■ TASK INSTRUCTIONS:
The required answer is each line in the entries below where "Body" occurs.

⁂

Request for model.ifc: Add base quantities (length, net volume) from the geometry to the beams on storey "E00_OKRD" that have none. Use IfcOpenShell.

First a look at what the model holds.

```python
import ifcopenshell
import ifcopenshell.util.element
import ifcopenshell.util.unit

model = ifcopenshell.open("model.ifc")
print(model.schema)
for unit_type in ("LENGTHUNIT", "AREAUNIT", "VOLUMEUNIT"):
    print(unit_type, ifcopenshell.util.unit.calculate_unit_scale(model, unit_type))
storey = next(s for s in model.by_type("IfcBuildingStorey") if s.Name == "E00_OKRD")
beams = [e for e in ifcopenshell.util.element.get_decomposition(storey) if e.is_a("IfcBeam")]
for e in sorted(beams, key=lambda e: e.id()):
    print(e.id(), e.is_a(), e.Name, list(ifcopenshell.util.element.get_psets(e, qtos_only=True)), sep=" | ")
```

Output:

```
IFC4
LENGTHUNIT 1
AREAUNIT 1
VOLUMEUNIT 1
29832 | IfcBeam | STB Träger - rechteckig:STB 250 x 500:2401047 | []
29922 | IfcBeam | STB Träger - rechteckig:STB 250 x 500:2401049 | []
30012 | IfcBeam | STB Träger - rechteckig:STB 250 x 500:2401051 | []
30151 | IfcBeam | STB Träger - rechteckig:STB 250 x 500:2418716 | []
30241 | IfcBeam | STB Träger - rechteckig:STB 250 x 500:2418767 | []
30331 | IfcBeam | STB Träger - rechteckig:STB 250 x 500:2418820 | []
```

```python
import ifcopenshell
import ifcopenshell.api.pset
import ifcopenshell.geom
import ifcopenshell.util.element
import ifcopenshell.util.shape
import ifcopenshell.util.unit

model = ifcopenshell.open("model.ifc")
unit_scale = ifcopenshell.util.unit.calculate_unit_scale(model)
volume_scale = ifcopenshell.util.unit.calculate_unit_scale(model, "VOLUMEUNIT")
settings = ifcopenshell.geom.settings()

storey = next(s for s in model.by_type("IfcBuildingStorey") if s.Name == "E00_OKRD")
beams = [e for e in ifcopenshell.util.element.get_decomposition(storey) if e.is_a("IfcBeam")]

for e in sorted(beams, key=lambda e: e.id()):
    if ifcopenshell.util.element.get_psets(e, qtos_only=True, should_inherit=False):
        continue
    # Geometry comes back in metres, in the element's own axes.
    shape = ifcopenshell.geom.create_shape(settings, e)
    values = {
        "Length": ifcopenshell.util.shape.get_max_xyz(shape.geometry) / unit_scale,
        "NetVolume": ifcopenshell.util.shape.get_volume(shape.geometry) / volume_scale,
    }
    qto = ifcopenshell.api.pset.add_qto(model, product=e, name="Qto_BeamBaseQuantities")
    ifcopenshell.api.pset.edit_qto(model, qto=qto, properties=values)
    print(e.id(), {k: round(v, 3) for k, v in values.items()})

model.write("model_v2.ifc")
```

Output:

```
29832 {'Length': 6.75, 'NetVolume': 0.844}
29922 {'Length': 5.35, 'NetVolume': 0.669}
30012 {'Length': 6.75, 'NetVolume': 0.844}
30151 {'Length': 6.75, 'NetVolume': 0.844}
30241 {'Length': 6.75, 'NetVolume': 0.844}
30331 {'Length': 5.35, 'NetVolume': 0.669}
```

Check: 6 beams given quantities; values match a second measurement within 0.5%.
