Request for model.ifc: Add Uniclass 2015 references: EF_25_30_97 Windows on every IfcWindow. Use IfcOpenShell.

First a look at what the model holds.

```python
import ifcopenshell

model = ifcopenshell.open("model.ifc")
print(model.schema)
print("classifications:", [c.Name for c in model.by_type("IfcClassification")])
for ifc_class in ("IfcDoor", "IfcRoof", "IfcStair", "IfcWall", "IfcWindow"):
    print(ifc_class, len(model.by_type(ifc_class)))
```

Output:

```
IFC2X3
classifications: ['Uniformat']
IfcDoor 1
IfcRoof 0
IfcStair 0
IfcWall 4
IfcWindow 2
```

```python
import ifcopenshell
import ifcopenshell.api.classification

model = ifcopenshell.open("model.ifc")

# IFC2X3 requires Source and Edition and has no link from the project to the system.
system = model.create_entity("IfcClassification", Source="NBS", Edition="2015", Name="Uniclass 2015")

codes = {
    "IfcWindow": ("EF_25_30_97", "Windows"),
}
for ifc_class, (code, name) in codes.items():
    products = model.by_type(ifc_class)
    ifcopenshell.api.classification.add_reference(
        model, products=products, classification=system, identification=code, name=name
    )
    print(code, len(products))

model.write("model_edited.ifc")
```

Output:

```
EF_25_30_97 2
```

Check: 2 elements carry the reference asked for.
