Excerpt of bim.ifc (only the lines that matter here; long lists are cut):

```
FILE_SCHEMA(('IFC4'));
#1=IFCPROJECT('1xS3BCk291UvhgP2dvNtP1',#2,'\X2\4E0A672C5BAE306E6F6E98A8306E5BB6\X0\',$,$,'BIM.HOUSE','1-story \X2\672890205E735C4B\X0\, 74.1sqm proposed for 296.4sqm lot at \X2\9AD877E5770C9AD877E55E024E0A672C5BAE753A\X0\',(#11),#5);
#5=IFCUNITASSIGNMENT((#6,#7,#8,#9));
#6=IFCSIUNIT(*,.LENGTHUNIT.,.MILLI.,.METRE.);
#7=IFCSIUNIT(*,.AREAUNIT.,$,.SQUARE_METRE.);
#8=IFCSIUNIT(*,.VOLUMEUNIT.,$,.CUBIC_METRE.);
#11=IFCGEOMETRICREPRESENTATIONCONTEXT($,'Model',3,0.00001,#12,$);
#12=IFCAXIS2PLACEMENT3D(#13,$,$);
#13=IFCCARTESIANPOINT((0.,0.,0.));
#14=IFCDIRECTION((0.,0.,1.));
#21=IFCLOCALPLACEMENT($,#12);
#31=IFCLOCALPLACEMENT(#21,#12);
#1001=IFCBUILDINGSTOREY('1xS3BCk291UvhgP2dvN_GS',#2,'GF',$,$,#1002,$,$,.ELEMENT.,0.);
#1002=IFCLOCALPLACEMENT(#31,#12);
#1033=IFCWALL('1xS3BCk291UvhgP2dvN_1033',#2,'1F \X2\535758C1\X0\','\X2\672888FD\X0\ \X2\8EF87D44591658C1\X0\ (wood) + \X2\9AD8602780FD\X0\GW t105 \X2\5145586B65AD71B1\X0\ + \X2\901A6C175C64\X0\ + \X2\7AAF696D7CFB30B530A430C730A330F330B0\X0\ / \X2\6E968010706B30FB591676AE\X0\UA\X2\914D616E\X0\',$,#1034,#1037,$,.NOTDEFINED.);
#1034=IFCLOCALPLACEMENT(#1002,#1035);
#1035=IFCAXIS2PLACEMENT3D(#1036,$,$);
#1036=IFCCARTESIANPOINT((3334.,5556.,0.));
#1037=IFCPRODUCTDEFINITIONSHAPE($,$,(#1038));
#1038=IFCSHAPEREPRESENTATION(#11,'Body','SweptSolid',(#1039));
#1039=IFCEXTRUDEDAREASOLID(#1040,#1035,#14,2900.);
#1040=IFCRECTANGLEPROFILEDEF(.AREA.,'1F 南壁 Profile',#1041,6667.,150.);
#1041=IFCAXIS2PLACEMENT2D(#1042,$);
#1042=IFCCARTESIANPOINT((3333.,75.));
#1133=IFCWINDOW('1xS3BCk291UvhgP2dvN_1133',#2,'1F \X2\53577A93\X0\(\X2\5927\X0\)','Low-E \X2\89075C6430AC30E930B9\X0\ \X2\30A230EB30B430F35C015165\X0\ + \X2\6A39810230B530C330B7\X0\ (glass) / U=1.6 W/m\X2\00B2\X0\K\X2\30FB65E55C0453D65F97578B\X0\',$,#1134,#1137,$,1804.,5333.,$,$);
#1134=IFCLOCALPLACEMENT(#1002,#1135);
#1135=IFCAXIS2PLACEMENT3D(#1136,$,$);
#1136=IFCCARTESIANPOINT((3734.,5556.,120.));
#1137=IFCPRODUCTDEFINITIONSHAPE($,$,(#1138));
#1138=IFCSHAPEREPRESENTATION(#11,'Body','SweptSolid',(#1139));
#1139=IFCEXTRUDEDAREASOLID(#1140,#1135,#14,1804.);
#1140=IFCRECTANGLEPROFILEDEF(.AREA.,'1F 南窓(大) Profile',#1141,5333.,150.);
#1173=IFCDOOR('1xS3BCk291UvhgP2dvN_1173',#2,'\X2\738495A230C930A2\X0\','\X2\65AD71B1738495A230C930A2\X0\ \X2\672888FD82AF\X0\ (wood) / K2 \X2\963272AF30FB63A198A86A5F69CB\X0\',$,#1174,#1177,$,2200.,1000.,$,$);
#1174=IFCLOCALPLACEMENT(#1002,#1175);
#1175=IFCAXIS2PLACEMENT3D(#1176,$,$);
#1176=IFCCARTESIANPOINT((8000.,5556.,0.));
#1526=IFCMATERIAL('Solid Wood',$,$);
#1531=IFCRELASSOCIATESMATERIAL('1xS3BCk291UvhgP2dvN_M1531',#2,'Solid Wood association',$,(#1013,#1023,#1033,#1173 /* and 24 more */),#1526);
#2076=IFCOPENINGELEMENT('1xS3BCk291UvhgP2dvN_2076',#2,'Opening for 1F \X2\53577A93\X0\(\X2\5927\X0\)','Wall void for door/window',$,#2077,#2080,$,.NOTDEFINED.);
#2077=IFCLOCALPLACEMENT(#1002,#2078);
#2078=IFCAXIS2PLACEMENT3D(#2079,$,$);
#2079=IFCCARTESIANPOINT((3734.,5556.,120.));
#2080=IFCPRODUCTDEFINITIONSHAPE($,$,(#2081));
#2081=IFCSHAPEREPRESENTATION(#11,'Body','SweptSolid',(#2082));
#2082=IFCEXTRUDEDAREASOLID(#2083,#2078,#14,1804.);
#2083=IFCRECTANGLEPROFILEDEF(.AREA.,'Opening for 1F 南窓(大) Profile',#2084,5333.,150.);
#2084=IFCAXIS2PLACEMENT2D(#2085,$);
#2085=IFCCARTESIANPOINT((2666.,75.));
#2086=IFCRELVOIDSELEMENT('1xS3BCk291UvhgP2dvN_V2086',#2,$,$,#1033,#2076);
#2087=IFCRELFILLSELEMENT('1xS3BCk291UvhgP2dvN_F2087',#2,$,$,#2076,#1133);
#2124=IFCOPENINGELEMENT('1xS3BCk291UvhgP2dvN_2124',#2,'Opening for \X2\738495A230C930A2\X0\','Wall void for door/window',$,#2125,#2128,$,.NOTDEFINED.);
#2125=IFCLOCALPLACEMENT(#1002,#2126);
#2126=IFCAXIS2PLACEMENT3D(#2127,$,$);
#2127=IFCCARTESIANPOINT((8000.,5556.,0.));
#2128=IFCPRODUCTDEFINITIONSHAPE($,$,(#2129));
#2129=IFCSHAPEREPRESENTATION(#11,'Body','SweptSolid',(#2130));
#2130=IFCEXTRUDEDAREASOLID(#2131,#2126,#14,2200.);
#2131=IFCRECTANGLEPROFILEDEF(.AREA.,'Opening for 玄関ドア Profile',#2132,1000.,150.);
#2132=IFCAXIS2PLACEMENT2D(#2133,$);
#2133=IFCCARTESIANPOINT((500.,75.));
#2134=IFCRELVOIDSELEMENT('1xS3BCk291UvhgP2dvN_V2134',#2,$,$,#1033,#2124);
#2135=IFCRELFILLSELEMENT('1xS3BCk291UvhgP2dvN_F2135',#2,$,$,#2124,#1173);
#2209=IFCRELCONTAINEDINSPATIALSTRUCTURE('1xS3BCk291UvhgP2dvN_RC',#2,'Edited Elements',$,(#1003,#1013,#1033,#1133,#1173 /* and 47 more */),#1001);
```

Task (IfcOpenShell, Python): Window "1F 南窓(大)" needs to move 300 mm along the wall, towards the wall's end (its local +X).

```python
import ifcopenshell
import ifcopenshell.api.geometry
import ifcopenshell.util.placement
import ifcopenshell.util.unit

model = ifcopenshell.open("bim.ifc")
unit_scale = ifcopenshell.util.unit.calculate_unit_scale(model)

window = model.by_guid("1xS3BCk291UvhgP2dvN_1133")
opening = window.FillsVoids[0].RelatingOpeningElement
wall = opening.VoidsElements[0].RelatingBuildingElement

wall_matrix = ifcopenshell.util.placement.get_local_placement(wall.ObjectPlacement)
shift = wall_matrix[:3, 0] * 0.3 / unit_scale
before = ifcopenshell.util.placement.get_local_placement(window.ObjectPlacement)[:3, 3].copy()

# The window is not placed relative to its opening, so move both.
for product in (opening, window):
    matrix = ifcopenshell.util.placement.get_local_placement(product.ObjectPlacement)
    matrix[:3, 3] += shift
    ifcopenshell.api.geometry.edit_object_placement(model, product=product, matrix=matrix, is_si=False)

after = ifcopenshell.util.placement.get_local_placement(window.ObjectPlacement)[:3, 3]
print("window moved by", (after - before).round(3) + 0.0)

model.write("bim_rev.ifc")
```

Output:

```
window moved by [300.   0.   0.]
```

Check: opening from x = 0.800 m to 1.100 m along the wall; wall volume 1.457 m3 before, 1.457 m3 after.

⁂

■ RESULT FOR THIS TASK:
#1038=IFCSHAPEREPRESENTATION(#11,'Body','SweptSolid',(#1039));
#1138=IFCSHAPEREPRESENTATION(#11,'Body','SweptSolid',(#1139));
#2081=IFCSHAPEREPRESENTATION(#11,'Body','SweptSolid',(#2082));
#2129=IFCSHAPEREPRESENTATION(#11,'Body','SweptSolid',(#2130));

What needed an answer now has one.